Records provided Block Start

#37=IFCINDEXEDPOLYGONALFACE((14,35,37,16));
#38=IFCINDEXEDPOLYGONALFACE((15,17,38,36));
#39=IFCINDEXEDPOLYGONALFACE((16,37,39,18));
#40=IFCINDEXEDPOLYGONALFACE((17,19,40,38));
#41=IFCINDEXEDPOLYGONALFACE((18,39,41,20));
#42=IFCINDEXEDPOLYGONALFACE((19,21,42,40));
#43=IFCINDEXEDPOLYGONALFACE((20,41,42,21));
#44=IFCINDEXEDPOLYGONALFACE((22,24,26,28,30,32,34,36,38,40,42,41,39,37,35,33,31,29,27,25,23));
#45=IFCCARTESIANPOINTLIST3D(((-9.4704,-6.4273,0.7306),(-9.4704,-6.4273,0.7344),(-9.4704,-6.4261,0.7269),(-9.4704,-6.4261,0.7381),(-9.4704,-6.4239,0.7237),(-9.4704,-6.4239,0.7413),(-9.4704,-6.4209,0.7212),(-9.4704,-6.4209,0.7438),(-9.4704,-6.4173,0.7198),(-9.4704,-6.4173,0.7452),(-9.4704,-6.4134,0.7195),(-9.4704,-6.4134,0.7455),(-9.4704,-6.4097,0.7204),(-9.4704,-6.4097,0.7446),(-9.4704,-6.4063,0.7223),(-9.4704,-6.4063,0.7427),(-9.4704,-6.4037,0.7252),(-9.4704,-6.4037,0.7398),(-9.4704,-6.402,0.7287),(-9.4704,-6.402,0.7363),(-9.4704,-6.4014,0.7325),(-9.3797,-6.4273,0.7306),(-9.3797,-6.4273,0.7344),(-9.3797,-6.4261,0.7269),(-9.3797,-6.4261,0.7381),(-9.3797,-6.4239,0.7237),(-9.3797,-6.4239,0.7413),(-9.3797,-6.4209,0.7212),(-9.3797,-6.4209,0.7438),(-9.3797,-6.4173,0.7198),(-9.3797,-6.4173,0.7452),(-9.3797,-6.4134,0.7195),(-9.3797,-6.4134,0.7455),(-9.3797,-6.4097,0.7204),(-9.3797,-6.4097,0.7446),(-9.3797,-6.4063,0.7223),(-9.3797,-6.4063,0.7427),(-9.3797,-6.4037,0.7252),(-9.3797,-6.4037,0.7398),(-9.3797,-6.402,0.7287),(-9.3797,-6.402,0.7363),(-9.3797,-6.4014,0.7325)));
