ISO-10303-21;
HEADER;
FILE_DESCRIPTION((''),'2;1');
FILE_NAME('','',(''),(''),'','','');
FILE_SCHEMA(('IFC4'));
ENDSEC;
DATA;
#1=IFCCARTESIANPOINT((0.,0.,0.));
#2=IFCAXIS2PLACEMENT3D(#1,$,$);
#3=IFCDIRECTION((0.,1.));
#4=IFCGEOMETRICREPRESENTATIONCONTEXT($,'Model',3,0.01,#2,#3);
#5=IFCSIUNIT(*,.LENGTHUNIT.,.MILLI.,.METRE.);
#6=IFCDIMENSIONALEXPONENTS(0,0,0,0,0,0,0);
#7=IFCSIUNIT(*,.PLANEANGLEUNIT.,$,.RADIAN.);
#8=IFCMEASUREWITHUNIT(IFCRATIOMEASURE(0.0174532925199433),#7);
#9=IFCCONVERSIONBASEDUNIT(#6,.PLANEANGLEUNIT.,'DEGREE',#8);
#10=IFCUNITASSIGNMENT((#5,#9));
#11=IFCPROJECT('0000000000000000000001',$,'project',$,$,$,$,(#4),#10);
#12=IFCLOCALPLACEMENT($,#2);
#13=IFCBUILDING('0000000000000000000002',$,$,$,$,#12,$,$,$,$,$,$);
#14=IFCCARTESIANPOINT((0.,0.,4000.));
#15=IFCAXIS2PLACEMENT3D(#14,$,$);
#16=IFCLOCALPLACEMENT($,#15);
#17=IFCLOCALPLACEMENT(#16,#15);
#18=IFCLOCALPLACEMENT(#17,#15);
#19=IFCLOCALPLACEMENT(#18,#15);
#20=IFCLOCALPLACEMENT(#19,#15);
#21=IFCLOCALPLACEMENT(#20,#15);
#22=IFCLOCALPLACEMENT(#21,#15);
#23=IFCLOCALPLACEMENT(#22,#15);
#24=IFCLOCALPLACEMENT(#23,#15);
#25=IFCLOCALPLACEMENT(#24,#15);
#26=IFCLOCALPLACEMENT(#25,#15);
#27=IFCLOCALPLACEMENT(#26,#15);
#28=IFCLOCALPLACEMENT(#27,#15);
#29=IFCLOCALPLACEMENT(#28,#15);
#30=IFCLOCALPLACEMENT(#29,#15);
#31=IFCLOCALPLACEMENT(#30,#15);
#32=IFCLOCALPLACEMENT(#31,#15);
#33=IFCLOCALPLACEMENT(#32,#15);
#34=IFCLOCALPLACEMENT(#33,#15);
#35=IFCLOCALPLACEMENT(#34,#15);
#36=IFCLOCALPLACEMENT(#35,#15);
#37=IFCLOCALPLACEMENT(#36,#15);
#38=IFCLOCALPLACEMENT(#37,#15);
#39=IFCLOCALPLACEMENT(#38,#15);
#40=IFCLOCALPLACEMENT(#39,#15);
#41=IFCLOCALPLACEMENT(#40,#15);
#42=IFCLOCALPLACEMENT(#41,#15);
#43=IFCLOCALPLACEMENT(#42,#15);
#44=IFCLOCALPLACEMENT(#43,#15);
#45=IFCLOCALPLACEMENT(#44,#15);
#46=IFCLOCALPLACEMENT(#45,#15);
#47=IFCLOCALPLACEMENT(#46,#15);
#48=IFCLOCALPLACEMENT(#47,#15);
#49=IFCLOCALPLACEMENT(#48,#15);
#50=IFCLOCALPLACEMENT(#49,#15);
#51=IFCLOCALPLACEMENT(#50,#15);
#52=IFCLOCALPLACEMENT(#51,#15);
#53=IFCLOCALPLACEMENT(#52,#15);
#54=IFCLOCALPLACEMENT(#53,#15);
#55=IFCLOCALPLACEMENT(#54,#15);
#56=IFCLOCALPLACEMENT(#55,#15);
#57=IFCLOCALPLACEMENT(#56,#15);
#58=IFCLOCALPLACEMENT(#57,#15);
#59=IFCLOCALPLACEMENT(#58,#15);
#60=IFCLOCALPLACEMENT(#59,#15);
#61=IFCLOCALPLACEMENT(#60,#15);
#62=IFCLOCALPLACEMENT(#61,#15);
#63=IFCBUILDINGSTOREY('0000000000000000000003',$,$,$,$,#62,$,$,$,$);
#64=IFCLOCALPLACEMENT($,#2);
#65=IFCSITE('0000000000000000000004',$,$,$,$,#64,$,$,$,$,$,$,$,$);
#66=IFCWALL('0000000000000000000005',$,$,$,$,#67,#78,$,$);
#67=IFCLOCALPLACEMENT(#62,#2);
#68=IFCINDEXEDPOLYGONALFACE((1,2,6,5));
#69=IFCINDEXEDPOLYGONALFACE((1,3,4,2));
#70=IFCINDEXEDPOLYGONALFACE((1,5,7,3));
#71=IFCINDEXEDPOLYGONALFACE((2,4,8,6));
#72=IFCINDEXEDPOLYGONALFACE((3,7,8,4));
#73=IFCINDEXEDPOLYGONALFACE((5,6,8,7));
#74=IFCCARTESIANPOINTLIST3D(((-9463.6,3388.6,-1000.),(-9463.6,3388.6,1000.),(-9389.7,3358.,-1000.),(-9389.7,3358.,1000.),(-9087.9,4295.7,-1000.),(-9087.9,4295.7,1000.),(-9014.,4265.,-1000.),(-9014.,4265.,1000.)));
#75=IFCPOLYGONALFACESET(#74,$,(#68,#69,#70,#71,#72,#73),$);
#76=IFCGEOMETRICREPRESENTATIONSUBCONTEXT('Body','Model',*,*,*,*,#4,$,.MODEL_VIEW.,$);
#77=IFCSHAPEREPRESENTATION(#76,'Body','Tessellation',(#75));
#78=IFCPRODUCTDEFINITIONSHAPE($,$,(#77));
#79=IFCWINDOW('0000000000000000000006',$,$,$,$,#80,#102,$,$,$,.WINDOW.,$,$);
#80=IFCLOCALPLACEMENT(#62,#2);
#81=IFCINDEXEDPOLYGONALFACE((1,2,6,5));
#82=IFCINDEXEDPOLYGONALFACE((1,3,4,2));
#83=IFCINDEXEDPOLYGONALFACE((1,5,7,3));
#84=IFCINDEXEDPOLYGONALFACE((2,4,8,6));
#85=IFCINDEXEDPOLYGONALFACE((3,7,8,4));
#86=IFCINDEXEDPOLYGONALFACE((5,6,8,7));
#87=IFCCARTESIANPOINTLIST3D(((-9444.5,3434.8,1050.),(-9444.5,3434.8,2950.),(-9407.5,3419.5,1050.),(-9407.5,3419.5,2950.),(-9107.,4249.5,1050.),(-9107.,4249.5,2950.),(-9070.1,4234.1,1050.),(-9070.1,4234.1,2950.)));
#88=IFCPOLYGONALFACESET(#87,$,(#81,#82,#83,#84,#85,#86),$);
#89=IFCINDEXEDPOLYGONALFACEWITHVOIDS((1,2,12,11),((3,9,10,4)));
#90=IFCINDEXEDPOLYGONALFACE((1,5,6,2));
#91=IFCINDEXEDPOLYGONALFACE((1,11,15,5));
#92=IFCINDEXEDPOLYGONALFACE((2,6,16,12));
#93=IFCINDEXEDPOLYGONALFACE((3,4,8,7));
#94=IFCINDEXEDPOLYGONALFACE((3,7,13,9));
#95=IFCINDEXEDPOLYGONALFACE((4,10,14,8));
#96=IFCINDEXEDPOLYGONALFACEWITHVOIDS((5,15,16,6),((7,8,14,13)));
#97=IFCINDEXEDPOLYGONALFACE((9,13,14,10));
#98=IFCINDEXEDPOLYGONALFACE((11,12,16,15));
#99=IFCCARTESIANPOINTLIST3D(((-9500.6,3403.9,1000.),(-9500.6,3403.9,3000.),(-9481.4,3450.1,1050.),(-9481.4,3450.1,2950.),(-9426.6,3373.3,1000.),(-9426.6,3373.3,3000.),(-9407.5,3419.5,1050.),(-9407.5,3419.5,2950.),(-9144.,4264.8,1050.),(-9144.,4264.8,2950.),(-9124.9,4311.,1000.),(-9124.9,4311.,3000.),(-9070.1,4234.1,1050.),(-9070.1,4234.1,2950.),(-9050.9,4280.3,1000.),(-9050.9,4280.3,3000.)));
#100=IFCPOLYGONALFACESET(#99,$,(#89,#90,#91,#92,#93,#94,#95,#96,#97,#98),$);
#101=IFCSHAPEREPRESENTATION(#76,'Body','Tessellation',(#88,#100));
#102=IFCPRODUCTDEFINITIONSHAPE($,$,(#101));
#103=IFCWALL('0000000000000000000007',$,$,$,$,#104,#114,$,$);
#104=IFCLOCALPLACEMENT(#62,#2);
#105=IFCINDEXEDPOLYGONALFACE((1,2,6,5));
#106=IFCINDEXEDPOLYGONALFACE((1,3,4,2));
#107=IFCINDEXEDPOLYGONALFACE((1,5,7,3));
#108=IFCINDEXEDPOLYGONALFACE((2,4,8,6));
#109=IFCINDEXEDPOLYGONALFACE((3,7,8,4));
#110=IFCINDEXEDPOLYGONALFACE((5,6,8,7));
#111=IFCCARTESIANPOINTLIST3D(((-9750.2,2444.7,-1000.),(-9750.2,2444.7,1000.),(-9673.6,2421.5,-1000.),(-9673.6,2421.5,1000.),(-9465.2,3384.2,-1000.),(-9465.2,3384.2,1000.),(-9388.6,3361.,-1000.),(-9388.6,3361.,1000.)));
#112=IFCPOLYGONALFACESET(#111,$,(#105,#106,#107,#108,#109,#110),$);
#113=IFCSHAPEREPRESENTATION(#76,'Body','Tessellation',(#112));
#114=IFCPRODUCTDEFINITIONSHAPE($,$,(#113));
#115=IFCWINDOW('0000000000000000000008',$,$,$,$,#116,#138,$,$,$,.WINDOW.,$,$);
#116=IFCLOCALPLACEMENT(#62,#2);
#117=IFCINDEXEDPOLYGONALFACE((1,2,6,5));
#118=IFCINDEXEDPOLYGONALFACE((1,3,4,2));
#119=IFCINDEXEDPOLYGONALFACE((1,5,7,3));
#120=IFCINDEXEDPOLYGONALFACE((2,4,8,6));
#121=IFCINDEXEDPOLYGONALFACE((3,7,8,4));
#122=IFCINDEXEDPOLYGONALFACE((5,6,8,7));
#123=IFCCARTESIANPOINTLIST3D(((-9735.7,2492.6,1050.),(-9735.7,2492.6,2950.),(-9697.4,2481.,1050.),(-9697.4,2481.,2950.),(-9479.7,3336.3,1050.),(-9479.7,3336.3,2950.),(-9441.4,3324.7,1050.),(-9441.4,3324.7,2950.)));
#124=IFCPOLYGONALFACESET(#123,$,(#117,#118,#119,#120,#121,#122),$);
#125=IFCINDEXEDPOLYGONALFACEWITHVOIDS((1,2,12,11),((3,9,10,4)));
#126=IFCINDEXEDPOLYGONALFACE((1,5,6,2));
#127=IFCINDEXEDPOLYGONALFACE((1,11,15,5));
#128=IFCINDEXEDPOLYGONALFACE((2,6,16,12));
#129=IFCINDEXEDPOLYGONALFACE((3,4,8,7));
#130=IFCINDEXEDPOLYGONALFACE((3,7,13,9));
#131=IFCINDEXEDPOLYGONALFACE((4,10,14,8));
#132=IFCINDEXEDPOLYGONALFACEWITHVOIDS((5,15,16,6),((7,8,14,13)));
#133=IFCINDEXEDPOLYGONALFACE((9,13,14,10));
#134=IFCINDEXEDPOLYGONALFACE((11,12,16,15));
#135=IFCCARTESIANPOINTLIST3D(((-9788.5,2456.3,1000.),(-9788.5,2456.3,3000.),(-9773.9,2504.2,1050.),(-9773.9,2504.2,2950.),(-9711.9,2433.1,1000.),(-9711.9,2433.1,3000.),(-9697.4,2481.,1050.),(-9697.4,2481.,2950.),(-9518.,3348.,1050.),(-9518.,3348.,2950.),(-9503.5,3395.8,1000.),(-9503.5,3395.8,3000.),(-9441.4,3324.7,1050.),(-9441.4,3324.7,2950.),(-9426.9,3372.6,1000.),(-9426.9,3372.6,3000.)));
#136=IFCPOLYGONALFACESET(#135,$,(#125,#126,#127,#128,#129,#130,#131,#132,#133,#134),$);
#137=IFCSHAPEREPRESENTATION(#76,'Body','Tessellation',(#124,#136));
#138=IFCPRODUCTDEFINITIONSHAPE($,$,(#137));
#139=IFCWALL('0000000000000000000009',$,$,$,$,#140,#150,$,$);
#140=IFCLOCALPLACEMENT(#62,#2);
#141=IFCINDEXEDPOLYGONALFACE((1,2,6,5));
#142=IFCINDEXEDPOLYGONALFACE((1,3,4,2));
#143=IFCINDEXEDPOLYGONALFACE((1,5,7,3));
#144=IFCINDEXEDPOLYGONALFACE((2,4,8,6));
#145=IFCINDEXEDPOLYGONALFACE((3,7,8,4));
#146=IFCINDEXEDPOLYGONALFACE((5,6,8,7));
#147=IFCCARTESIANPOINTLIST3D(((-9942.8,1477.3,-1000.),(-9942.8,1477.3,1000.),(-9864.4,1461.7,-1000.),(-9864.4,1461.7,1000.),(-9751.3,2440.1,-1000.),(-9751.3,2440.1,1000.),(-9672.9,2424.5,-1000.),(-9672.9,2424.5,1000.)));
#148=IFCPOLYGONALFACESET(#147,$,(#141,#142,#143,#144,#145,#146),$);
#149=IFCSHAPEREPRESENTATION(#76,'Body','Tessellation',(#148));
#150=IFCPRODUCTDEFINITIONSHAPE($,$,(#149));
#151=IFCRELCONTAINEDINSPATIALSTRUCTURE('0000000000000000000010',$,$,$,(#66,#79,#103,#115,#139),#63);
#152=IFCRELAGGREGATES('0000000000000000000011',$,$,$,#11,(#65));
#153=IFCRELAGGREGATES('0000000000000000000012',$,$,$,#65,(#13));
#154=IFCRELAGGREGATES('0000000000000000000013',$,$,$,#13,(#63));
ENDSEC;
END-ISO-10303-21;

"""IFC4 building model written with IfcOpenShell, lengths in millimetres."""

from ifc_helpers import new_model, entity, si_unit, converted_unit, direction, frame, origin, origin_2d, place, context, subcontext, project, spatial, rectangle, extrude, element, save


model = new_model("IFC4")

# Units and contexts
model_context = context("Model", 3, precision=0.01, world=origin(), true_north=direction((0.0, 1.0)))
body_context = subcontext(model_context, "Body", "Model", "MODEL_VIEW")
ifc_project = project(units=[si_unit("LENGTHUNIT", "METRE", prefix="MILLI"), converted_unit("PLANEANGLEUNIT", "DEGREE", entity("IfcRatioMeasure", 0.0174532925199433), si_unit("PLANEANGLEUNIT", "RADIAN"), dimensions=[0, 0, 0, 0, 0, 0, 0])], contexts=[model_context])

# Site, building, storey
site_placement = place(None, origin())
site = spatial("IfcSite", under=ifc_project, at=site_placement)
building_placement = place(None, origin())
building = spatial("IfcBuilding", under=site, at=building_placement)
placement_1 = place(None, frame((0.0, 0.0, 4000.0)))
placement_2 = place(placement_1, frame((0.0, 0.0, 4000.0)))
placement_3 = place(placement_2, frame((0.0, 0.0, 4000.0)))
placement_4 = place(placement_3, frame((0.0, 0.0, 4000.0)))
placement_5 = place(placement_4, frame((0.0, 0.0, 4000.0)))
placement_6 = place(placement_5, frame((0.0, 0.0, 4000.0)))
placement_7 = place(placement_6, frame((0.0, 0.0, 4000.0)))
placement_8 = place(placement_7, frame((0.0, 0.0, 4000.0)))
placement_9 = place(placement_8, frame((0.0, 0.0, 4000.0)))
placement_10 = place(placement_9, frame((0.0, 0.0, 4000.0)))
placement_11 = place(placement_10, frame((0.0, 0.0, 4000.0)))
placement_12 = place(placement_11, frame((0.0, 0.0, 4000.0)))
placement_13 = place(placement_12, frame((0.0, 0.0, 4000.0)))
placement_14 = place(placement_13, frame((0.0, 0.0, 4000.0)))
placement_15 = place(placement_14, frame((0.0, 0.0, 4000.0)))
placement_16 = place(placement_15, frame((0.0, 0.0, 4000.0)))
placement_17 = place(placement_16, frame((0.0, 0.0, 4000.0)))
placement_18 = place(placement_17, frame((0.0, 0.0, 4000.0)))
placement_19 = place(placement_18, frame((0.0, 0.0, 4000.0)))
placement_20 = place(placement_19, frame((0.0, 0.0, 4000.0)))
placement_21 = place(placement_20, frame((0.0, 0.0, 4000.0)))
placement_22 = place(placement_21, frame((0.0, 0.0, 4000.0)))
placement_23 = place(placement_22, frame((0.0, 0.0, 4000.0)))
placement_24 = place(placement_23, frame((0.0, 0.0, 4000.0)))
placement_25 = place(placement_24, frame((0.0, 0.0, 4000.0)))
placement_26 = place(placement_25, frame((0.0, 0.0, 4000.0)))
placement_27 = place(placement_26, frame((0.0, 0.0, 4000.0)))
placement_28 = place(placement_27, frame((0.0, 0.0, 4000.0)))
placement_29 = place(placement_28, frame((0.0, 0.0, 4000.0)))
placement_30 = place(placement_29, frame((0.0, 0.0, 4000.0)))
placement_31 = place(placement_30, frame((0.0, 0.0, 4000.0)))
placement_32 = place(placement_31, frame((0.0, 0.0, 4000.0)))
placement_33 = place(placement_32, frame((0.0, 0.0, 4000.0)))
placement_34 = place(placement_33, frame((0.0, 0.0, 4000.0)))
placement_35 = place(placement_34, frame((0.0, 0.0, 4000.0)))
placement_36 = place(placement_35, frame((0.0, 0.0, 4000.0)))
placement_37 = place(placement_36, frame((0.0, 0.0, 4000.0)))
placement_38 = place(placement_37, frame((0.0, 0.0, 4000.0)))
placement_39 = place(placement_38, frame((0.0, 0.0, 4000.0)))
placement_40 = place(placement_39, frame((0.0, 0.0, 4000.0)))
placement_41 = place(placement_40, frame((0.0, 0.0, 4000.0)))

Records provided Block End

» Exercise directions
Looking only at the lines of the material above, count those containing "IFCWINDOW" and give that number by itself.

» Expected answer
2